In the initial sessions of stimulus generalization, KO rats responded to the stimuli faster than WT rats. However, as the sessions increased, RT in WT rats gradually decreased while KO rats did not change significantly. There might be a learning effect explaining why KO rats were less able to update the changes in the environment. It is important to note that although the RT had changed, the generalization accuracy, error, bias, and curve stayed similar between KO and WT rats. Furthermore, the generalization curve showed that both KO and WT rats were able to generalize the GSs properly, in which responses to the GSs were more robust when the similarity of the GSs was closer to the CSs. Taking together, WT rats might learn to adapt to changes in environmental stimuli, while KO rats need more training (stimulus exposures) to adapt35,53. In our previous experiment41, the stage of reduced reward contingencies was not introduced to the animals. It was found that 5-HTT KO rats’ RT gradually decreased as the sessions increased during stimulus generalization, while the RT gradually increased in WT rats. Since GSs were not associated with rewards but are physically similar to CSs, responding to GSs repeatedly may be another source of stress, in which KO rats respond faster than WT rats. Taking the current and previous results into account, 5-HTT knockout in rats might lead to a reduced ability to update information from the novel but similar environmental stimuli.

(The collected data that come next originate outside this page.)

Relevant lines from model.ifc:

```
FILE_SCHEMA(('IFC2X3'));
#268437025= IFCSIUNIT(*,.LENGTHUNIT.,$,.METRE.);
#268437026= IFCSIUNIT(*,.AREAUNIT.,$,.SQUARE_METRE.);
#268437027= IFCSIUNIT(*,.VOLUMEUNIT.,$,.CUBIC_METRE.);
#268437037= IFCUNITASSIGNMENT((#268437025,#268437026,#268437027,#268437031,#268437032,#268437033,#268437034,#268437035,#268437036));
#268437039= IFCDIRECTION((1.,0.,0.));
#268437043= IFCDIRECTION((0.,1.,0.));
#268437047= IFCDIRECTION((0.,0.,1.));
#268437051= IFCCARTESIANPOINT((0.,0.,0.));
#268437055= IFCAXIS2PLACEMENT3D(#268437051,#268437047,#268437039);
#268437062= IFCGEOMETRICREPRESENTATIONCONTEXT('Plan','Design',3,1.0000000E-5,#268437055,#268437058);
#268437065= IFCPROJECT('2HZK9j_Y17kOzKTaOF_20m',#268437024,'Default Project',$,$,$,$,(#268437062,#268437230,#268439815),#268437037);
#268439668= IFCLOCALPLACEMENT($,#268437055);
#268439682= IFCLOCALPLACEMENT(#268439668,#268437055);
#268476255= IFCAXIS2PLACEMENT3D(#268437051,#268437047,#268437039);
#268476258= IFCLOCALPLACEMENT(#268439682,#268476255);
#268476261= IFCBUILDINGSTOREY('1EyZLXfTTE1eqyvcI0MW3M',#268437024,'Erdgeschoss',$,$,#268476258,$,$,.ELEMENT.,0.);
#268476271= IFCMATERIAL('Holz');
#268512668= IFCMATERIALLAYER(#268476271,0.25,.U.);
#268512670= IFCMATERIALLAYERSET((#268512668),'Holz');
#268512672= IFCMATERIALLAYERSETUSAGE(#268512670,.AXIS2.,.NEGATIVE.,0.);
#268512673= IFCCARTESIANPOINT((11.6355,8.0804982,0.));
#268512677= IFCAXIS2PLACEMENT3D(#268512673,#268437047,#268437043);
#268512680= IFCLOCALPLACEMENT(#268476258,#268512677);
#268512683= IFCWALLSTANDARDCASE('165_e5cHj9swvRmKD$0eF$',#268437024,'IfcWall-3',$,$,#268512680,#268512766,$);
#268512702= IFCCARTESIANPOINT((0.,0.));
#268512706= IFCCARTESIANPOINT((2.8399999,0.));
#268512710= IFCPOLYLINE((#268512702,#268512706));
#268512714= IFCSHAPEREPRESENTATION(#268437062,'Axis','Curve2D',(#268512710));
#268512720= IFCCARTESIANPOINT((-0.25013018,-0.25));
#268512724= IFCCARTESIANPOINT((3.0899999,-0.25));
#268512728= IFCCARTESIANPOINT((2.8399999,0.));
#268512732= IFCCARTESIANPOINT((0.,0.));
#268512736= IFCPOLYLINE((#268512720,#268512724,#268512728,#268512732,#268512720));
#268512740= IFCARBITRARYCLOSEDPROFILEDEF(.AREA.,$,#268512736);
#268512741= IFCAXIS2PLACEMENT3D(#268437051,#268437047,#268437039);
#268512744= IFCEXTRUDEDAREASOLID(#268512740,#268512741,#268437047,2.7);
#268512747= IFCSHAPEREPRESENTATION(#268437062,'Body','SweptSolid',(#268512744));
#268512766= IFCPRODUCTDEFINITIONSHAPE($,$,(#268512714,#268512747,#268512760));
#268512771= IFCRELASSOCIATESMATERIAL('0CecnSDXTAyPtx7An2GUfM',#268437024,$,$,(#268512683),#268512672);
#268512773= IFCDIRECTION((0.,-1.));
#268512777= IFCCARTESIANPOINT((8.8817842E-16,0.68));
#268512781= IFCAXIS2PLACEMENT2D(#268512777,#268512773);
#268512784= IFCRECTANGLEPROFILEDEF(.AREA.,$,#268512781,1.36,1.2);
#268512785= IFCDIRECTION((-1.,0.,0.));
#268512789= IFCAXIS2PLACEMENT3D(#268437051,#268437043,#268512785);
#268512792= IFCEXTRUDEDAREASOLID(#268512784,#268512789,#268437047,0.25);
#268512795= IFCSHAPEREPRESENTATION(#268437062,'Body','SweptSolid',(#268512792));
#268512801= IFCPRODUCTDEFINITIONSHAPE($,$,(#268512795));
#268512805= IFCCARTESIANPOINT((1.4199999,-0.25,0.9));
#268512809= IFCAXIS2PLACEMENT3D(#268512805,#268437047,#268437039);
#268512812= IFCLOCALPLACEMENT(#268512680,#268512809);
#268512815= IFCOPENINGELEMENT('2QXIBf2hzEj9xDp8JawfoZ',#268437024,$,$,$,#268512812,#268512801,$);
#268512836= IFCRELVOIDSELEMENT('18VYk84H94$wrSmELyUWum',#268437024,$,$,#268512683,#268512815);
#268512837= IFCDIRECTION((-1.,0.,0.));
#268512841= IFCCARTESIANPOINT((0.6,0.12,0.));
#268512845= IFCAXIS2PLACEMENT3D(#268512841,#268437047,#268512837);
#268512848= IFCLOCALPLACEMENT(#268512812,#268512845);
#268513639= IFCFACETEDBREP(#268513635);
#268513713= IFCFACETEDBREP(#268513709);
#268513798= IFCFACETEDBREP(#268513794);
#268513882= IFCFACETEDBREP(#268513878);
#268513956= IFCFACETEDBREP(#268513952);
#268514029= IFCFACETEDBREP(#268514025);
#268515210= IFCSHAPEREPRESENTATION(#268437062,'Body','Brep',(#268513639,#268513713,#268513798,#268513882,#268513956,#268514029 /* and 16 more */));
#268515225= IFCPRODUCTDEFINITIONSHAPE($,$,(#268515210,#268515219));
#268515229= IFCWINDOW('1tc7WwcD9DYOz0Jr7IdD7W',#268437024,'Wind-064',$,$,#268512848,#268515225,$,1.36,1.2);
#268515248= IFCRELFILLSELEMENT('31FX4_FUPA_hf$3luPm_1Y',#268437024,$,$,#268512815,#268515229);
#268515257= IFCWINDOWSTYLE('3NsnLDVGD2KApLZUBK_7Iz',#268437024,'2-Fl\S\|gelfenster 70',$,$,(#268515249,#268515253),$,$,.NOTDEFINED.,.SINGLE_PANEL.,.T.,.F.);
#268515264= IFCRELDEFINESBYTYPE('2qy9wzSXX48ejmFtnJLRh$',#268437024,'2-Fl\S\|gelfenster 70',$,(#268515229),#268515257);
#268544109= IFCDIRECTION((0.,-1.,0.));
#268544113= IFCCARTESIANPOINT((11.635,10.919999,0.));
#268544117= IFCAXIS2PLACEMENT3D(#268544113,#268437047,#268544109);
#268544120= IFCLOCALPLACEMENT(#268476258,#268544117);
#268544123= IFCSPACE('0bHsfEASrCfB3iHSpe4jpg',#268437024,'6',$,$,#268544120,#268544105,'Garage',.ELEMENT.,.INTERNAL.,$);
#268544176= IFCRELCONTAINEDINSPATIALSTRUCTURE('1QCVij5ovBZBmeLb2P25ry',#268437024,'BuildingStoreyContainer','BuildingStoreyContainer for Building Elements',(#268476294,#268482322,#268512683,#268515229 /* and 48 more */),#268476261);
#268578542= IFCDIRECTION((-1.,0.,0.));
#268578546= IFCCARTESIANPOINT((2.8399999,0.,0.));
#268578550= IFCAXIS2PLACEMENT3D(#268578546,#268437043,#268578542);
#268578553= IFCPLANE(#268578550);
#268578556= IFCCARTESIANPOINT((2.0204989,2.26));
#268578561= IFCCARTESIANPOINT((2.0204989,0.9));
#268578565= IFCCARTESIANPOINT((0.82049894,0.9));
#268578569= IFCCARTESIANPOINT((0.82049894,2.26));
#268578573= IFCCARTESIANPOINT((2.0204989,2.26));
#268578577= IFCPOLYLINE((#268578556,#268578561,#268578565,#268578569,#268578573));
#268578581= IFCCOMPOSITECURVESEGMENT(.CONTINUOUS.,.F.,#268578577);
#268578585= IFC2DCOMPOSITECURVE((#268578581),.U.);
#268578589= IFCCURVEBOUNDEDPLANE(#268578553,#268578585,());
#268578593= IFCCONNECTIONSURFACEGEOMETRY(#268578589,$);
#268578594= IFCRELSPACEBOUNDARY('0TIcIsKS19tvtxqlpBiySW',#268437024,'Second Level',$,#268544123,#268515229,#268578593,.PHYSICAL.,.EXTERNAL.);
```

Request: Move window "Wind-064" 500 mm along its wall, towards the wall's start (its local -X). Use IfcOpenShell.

```python
import numpy as np
import ifcopenshell
import ifcopenshell.api.geometry
import ifcopenshell.util.placement
import ifcopenshell.util.unit

model = ifcopenshell.open("model.ifc")
unit_scale = ifcopenshell.util.unit.calculate_unit_scale(model)

window = model.by_guid("1tc7WwcD9DYOz0Jr7IdD7W")
opening = window.FillsVoids[0].RelatingOpeningElement
wall = opening.VoidsElements[0].RelatingBuildingElement

wall_matrix = ifcopenshell.util.placement.get_local_placement(wall.ObjectPlacement)
shift = wall_matrix[:3, 0] * -0.5 / unit_scale
before = ifcopenshell.util.placement.get_local_placement(window.ObjectPlacement)[:3, 3].copy()

# The window is placed relative to its opening, so it follows when the opening moves.
matrix = ifcopenshell.util.placement.get_local_placement(opening.ObjectPlacement)
matrix[:3, 3] += shift
ifcopenshell.api.geometry.edit_object_placement(
    model, product=opening, matrix=matrix, is_si=False, should_transform_children=True
)

# Space boundary surfaces are stored in each space's coordinates; move them too.
for rel in window.ProvidesBoundaries:
    if not rel.ConnectionGeometry:
        continue
    surface = rel.ConnectionGeometry.SurfaceOnRelatingElement.BasisSurface
    space_matrix = ifcopenshell.util.placement.get_local_placement(rel.RelatingSpace.ObjectPlacement)
    point = np.array(surface.Position.Location.Coordinates) + space_matrix[:3, :3].T @ shift
    surface.Position = model.createIfcAxis2Placement3D(
        model.createIfcCartesianPoint(point.tolist()), surface.Position.Axis, surface.Position.RefDirection
    )

after = ifcopenshell.util.placement.get_local_placement(window.ObjectPlacement)[:3, 3]
print("window moved by", (after - before).round(3) + 0.0)

model.write("model-out.ifc")
```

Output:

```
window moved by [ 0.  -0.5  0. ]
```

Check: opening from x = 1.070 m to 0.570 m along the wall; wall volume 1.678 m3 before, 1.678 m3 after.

Generalization is the ability of animals, including humans, to adapt to the environment. Proper generalization is the key to survival. If this basic ability is disturbed, it will lead to inadequate adaptation to environmental changes and can cause brain disorders. Under the biological framework of RDoc, generalization may serve as one of the common dimensions of comorbidity16. Animal models displaying comorbidities can be useful to reveal the common biological mechanisms of the comorbidity. For example, 5-HTT knockout affects rodent models of anxiety/depression-like behaviors and modulates drug self-administration17,30,31. The current study investigated the pattern of information processing in 5-HTT KO rats when the environment changes in two aspects, the features of the stimulus itself and the outcome predicted by the stimulus. During the outcome generalization, 5-HTT KO rats processed the perceptual information faster than WT rats. During stimulus generalization, KO rats responded to the stimuli faster than WT rats initially. However, as the sessions increased, WT rats appeared to increase their response speed. We conclude that not only stimulus generalization, but also outcome generalization can serve as a basic dimension of disorders, in the RDoC framework, caused by 5-HTT downregulation.